Oh yes, when we read of man's rebellion against God and man's
falling to sin, There is a curse that comes upon the creation
and it's in the sweat of his brow now that he will eat bread.
The task of work won't be as pleasant as it was initially
because of man's foolishness, man's sin. But man is meant to
work. It's a creation ordinance. And so what does Paul say in
New Testament Scripture? If a man would not work, neither
shall he eat. There are these ordinances that
we see right at the beginning in creation, and as with marriage,
as with work, so also with the Sabbath day. The Sabbath is that
that God clearly appoints at the beginning, as we read there
in that opening part of the second chapter of Genesis. how on the
seventh day God had rested from all the work that he had made
and it was God who then sanctified the day, set the day apart as
a day to be observed by all his creatures. In that sense it doesn't
just belong to those who are professors of the name of God,
it belongs to all men as God's creatures. He has sanctified
it in creation. And then in the second place
we see this, how God has sanctified a Sabbath in the law. It's the fourth commandment. And we have it, of course, initially
in Exodus chapter 20, the giving of the commandments. There, quite
a measure of detail in verses 8, through to 11 and then all
of that is repeated in the chapter that we read and the law is mentioned
there in Deuteronomy chapter 5 and verses 12 to 15 and we see the day confirmed
as it is set apart in the law and how the children of Israel
were to very carefully observe that day in every sense And there
were various capital offences if they should be those who were
the transgressors of the Sabbath day.
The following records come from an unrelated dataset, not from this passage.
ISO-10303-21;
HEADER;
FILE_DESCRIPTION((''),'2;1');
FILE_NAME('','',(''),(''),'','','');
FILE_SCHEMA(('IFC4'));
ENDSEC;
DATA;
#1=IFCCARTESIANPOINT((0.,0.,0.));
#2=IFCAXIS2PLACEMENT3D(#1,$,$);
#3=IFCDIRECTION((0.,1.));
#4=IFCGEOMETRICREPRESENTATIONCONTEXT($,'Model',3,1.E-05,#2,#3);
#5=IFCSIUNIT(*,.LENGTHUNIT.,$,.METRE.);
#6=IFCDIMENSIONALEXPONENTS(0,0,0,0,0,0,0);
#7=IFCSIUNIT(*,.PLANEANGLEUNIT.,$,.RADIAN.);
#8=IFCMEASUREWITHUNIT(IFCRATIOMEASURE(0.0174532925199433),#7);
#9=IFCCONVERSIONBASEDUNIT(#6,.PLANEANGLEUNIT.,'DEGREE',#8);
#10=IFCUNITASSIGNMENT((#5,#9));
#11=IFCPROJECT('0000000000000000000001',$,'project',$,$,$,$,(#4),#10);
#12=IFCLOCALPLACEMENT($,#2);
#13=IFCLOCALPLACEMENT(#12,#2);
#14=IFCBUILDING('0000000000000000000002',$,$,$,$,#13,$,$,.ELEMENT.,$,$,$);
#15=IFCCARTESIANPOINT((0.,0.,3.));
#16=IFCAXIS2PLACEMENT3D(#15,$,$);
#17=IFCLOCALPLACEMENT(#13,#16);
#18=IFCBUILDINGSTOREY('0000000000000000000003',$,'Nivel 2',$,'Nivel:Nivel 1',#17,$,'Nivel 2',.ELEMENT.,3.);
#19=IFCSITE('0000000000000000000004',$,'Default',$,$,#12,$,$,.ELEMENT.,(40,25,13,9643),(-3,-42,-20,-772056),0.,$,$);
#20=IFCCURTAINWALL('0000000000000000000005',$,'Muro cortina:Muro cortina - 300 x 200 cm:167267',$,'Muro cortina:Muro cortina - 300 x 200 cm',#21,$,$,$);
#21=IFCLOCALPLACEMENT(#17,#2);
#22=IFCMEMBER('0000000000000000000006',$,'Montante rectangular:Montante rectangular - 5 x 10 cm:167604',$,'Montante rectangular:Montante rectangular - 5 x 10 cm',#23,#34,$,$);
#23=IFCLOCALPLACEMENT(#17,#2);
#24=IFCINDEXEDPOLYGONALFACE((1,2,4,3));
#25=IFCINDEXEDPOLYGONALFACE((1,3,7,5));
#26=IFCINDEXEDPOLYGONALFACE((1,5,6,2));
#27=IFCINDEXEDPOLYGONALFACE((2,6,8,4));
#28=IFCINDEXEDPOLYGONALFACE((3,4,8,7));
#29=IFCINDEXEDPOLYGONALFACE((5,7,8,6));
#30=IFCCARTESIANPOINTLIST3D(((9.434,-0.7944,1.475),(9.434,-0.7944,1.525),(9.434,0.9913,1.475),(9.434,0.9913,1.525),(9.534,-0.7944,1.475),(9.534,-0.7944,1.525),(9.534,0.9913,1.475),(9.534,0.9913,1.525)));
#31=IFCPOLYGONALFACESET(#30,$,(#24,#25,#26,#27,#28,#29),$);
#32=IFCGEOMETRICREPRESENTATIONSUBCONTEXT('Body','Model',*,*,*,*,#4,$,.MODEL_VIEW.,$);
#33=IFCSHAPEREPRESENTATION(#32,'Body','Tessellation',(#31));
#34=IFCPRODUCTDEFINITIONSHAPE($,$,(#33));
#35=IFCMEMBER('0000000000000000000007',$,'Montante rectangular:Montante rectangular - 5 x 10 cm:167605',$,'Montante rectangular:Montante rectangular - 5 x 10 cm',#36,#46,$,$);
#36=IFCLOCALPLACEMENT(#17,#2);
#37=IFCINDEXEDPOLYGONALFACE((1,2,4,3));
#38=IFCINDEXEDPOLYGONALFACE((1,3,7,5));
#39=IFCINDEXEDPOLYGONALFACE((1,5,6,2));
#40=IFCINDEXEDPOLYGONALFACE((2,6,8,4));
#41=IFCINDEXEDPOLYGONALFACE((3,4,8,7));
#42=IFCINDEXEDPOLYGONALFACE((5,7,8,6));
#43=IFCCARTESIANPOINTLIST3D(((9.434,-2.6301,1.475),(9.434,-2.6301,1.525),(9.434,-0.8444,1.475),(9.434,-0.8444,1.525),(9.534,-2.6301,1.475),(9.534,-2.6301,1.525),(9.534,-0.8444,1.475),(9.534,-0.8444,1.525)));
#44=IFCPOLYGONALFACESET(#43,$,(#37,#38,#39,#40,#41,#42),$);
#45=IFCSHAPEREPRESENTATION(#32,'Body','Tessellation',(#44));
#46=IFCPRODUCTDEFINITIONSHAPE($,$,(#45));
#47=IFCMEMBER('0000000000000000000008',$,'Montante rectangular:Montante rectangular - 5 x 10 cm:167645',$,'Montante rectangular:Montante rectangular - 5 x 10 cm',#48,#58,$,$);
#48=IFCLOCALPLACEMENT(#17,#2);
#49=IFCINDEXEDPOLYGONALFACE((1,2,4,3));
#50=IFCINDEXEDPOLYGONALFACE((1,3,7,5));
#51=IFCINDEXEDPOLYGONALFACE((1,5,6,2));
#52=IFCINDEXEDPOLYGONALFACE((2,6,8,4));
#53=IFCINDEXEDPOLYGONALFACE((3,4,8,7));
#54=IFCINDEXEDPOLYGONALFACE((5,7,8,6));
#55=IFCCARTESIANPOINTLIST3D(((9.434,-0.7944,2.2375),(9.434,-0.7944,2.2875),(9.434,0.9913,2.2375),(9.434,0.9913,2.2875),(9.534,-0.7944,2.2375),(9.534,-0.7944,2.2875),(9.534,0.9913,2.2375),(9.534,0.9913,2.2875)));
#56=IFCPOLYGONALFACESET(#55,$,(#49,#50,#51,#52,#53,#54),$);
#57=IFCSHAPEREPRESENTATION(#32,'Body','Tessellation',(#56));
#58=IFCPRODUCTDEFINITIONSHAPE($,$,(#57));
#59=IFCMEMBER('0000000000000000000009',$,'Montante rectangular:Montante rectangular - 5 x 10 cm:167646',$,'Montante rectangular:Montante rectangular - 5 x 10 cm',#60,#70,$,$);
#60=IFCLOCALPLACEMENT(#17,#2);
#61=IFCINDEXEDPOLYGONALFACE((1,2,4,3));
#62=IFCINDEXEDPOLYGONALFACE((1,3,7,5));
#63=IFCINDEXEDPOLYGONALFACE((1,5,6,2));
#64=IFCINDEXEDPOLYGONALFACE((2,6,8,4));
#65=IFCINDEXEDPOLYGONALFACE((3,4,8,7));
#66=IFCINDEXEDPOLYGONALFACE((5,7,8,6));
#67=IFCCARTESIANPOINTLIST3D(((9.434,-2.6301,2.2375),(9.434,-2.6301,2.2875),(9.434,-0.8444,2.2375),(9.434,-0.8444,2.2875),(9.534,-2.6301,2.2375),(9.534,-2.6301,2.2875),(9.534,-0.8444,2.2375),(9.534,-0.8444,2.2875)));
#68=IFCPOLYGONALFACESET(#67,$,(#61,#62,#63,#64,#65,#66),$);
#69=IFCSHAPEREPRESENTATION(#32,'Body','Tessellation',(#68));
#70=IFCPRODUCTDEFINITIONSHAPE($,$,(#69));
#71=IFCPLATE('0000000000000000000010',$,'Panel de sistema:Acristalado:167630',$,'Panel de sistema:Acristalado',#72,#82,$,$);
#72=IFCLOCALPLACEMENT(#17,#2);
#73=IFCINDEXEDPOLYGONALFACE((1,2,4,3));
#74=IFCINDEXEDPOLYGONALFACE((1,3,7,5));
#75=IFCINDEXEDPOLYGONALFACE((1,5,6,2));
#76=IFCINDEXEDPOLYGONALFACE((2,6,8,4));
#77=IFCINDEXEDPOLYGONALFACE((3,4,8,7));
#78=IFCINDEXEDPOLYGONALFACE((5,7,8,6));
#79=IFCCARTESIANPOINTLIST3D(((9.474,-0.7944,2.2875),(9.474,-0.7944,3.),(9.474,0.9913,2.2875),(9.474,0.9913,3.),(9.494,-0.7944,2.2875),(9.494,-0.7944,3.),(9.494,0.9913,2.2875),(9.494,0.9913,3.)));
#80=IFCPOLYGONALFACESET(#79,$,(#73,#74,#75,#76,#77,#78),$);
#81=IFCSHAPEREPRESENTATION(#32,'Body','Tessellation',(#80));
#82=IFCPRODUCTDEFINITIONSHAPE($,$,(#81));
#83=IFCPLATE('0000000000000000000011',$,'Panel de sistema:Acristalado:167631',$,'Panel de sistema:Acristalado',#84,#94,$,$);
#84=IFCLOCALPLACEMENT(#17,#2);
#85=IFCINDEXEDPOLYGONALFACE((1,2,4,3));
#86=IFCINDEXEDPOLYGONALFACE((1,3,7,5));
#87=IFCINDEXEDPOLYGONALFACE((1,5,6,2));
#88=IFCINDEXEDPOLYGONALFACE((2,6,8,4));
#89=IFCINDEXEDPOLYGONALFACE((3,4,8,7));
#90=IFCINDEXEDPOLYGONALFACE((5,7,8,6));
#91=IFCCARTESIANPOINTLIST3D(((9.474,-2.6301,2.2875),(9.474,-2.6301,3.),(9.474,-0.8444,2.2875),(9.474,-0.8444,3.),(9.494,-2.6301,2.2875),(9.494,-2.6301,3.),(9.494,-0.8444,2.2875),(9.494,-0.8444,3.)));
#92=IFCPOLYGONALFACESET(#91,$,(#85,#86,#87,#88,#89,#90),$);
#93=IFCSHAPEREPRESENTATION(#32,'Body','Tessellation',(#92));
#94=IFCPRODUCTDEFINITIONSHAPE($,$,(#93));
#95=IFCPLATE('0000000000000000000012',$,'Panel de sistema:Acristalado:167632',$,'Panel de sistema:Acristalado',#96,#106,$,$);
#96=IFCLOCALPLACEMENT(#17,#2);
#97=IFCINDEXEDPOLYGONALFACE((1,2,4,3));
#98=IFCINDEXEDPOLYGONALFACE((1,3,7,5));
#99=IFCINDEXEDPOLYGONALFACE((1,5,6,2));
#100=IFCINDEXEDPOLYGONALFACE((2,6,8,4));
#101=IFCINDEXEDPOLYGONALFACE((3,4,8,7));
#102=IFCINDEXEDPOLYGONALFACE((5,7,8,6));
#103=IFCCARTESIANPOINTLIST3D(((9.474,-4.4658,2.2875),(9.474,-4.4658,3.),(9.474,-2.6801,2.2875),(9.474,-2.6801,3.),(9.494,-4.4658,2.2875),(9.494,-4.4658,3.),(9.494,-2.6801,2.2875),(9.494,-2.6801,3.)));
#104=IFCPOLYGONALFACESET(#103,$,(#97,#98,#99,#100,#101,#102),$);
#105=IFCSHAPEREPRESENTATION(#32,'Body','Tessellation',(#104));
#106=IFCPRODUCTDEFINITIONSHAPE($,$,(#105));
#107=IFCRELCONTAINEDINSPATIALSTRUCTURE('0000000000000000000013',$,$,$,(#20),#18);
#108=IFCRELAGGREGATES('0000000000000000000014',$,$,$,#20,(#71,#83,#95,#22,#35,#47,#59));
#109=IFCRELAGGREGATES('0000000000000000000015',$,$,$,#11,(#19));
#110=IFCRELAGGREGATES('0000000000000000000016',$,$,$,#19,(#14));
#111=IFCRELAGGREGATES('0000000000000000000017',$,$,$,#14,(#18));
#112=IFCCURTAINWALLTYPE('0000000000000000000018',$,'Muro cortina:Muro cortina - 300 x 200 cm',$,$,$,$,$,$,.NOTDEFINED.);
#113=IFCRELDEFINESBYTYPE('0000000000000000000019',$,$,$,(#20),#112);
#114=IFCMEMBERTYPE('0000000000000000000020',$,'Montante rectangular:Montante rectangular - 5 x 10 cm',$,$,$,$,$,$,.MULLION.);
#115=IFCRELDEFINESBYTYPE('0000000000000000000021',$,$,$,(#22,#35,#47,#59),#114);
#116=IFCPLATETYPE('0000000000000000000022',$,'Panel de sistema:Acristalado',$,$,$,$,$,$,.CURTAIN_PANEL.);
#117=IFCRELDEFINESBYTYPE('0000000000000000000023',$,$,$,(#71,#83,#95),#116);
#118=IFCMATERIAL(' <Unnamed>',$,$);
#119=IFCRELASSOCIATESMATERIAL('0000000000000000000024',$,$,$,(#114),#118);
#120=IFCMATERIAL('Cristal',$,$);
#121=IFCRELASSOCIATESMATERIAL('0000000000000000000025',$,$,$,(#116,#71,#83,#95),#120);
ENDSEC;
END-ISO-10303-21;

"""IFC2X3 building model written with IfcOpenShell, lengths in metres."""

from ifc_helpers import new_model, entity, si_unit, converted_unit, direction, frame, origin, origin_2d_with_axis, place, context, subcontext, project, spatial, rectangle, extrude, source, transform, mapped, material, type_object, type_shapes, element, aggregate, save


model = new_model("IFC2X3")

# Units and contexts
model_context = context("Model", 3, precision=1e-05, world=origin(), true_north=direction((0.0, 1.0)))
body_context = subcontext(model_context, "Body", "Model", "MODEL_VIEW")
ifc_project = project(units=[si_unit("LENGTHUNIT", "METRE"), converted_unit("PLANEANGLEUNIT", "DEGREE", entity("IfcRatioMeasure", 0.0174532925199433), si_unit("PLANEANGLEUNIT", "RADIAN"), dimensions=[0, 0, 0, 0, 0, 0, 0])], contexts=[model_context])

# Site, building, storey
site_placement = place(None, origin())
site = spatial("IfcSite", under=ifc_project, at=site_placement, Name="Default", CompositionType="ELEMENT", RefLatitude=(40, 25, 13, 9643), RefLongitude=(-3, -42, -20, -772056), RefElevation=0.0)
building_placement = place(site_placement, origin())
building = spatial("IfcBuilding", under=site, at=building_placement, CompositionType="ELEMENT")
storey_placement = place(building_placement, frame((0.0, 0.0, 3.0)))
storey = spatial("IfcBuildingStorey", under=building, at=storey_placement, Name="Nivel 2", ObjectType="Nivel:Nivel 1", LongName="Nivel 2", CompositionType="ELEMENT", Elevation=3.0)

# Curtain wall, members, plates
curtain_wall_type = type_object("IfcCurtainWallType", Name="Muro cortina:Muro cortina - 300 x 200 cm", PredefinedType="NOTDEFINED")
curtain_wall_placement = place(storey_placement, frame((0.0, 0.0, -3.0)))
curtain_wall = element("IfcCurtainWall", 1, at=curtain_wall_placement, inside=storey, type_object=curtain_wall_type, Name="Muro cortina:Muro cortina - 300 x 200 cm:167267", ObjectType="Muro cortina:Muro cortina - 300 x 200 cm")
ifc_material_1 = material(Name=" <Unnamed>")
member_type_1 = type_object("IfcMemberType", Name="Montante rectangular:Montante rectangular - 5 x 10 cm", PredefinedType="MULLION", material=ifc_material_1)
shared_shape_1 = source(origin(), body_context, "Body", "SweptSolid", [
    extrude(rectangle(XDim=0.1, YDim=0.05, at=origin_2d_with_axis()), frame((0.0, 0.0, -1.7857), z_axis=(0.0, 0.0, 1.0), x_axis=(0.0, -1.0, 0.0)), (0.0, 0.0, 1.0), 1.7857),
])
type_shapes(member_type_1, [shared_shape_1])
member_1_placement = place(storey_placement, frame((9.484, -0.7944, 1.5), z_axis=(0.0, -1.0, 0.0), x_axis=(0.0, 0.0, 1.0)))
member_1 = element("IfcMember", 2, at=member_1_placement, type_object=member_type_1, Name="Montante rectangular:Montante rectangular - 5 x 10 cm:167604", ObjectType="Montante rectangular:Montante rectangular - 5 x 10 cm", context=body_context, shape_type="MappedRepresentation", body=[
    mapped(shared_shape_1, transform((0.0, 0.0, 0.0), scale=1.0)),
])
member_2_placement = place(storey_placement, frame((9.484, -2.6301, 1.5), z_axis=(0.0, -1.0, 0.0), x_axis=(0.0, 0.0, 1.0)))
member_2 = element("IfcMember", 3, at=member_2_placement, type_object=member_type_1, Name="Montante rectangular:Montante rectangular - 5 x 10 cm:167605", ObjectType="Montante rectangular:Montante rectangular - 5 x 10 cm", context=body_context, shape_type="MappedRepresentation", body=[
    mapped(shared_shape_1, transform((0.0, 0.0, 0.0), scale=1.0)),
])
member_3_placement = place(storey_placement, frame((9.484, -0.7944, 2.2625), z_axis=(0.0, -1.0, 0.0), x_axis=(0.0, 0.0, 1.0)))
member_3 = element("IfcMember", 4, at=member_3_placement, type_object=member_type_1, Name="Montante rectangular:Montante rectangular - 5 x 10 cm:167645", ObjectType="Montante rectangular:Montante rectangular - 5 x 10 cm", context=body_context, shape_type="MappedRepresentation", body=[
    mapped(shared_shape_1, transform((0.0, 0.0, 0.0), scale=1.0)),
])
member_4_placement = place(storey_placement, frame((9.484, -2.6301, 2.2625), z_axis=(0.0, -1.0, 0.0), x_axis=(0.0, 0.0, 1.0)))
member_4 = element("IfcMember", 5, at=member_4_placement, type_object=member_type_1, Name="Montante rectangular:Montante rectangular - 5 x 10 cm:167646", ObjectType="Montante rectangular:Montante rectangular - 5 x 10 cm", context=body_context, shape_type="MappedRepresentation", body=[
    mapped(shared_shape_1, transform((0.0, 0.0, 0.0), scale=1.0)),
])
ifc_material_2 = material(Name="Cristal")
plate_type = type_object("IfcPlateType", Name="Panel de sistema:Acristalado", PredefinedType="CURTAIN_PANEL", material=ifc_material_2)
shared_shape_2 = source(origin(), body_context, "Body", "SweptSolid", [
In Exodus chapter 35 for
example, even the kindling of a fire on the Sabbath day is
forbidden. In Exodus 35 we are told, Our
Moses gathered all the congregation of the children of Israel together
and said unto them, These are the words which the Lord hath
commanded you that ye should do them. Six days shall work
be done, but on the seventh day there shall be to you an holy
day, the Sabbath of rest to the Lord. Whosoever doeth work therein
shall be put to death. ye shall kindle no fire throughout
your habitations upon the Sabbath day." Even the lighting of a
fire was a capital offense. Those who did any work were to
be put to death. Now, that rigorous law that we
have in the Old Testament no more applies We have to be careful,
we have to observe that there is a distinction clearly made
there in the Old Testament. Those civil laws, and that's
what we have there in chapter 35 of Exodus, those civil laws
were all mediated through Moses when he was in the mount for
40 days and 40 nights. Remember what we read in our
reading in that fifth chapter of the book of Deuteronomy and
there at verse 24 here is Moses some 40 years after
they received the commandments and there they're once more on
the borders of the land of promise and he's repeated what God had
spoken when they were at Mount Sinai. And he reminds them here
at verse 24, He said, Behold, the Lord our God hath showed
us His glory and His greatness, and we have heard His voice out
of the midst of the fire. We have seen this day that God
doth talk with man, and He liveth. Now therefore, why should we
die? For this great fire will consume
us if we hear the voice of the Lord our God any more then shall
we die. For who is there of all flesh
that hath heard the voice of the living God speaking out of
the midst of the fire as we have and lived? Go thou near. You see what they said to Moses?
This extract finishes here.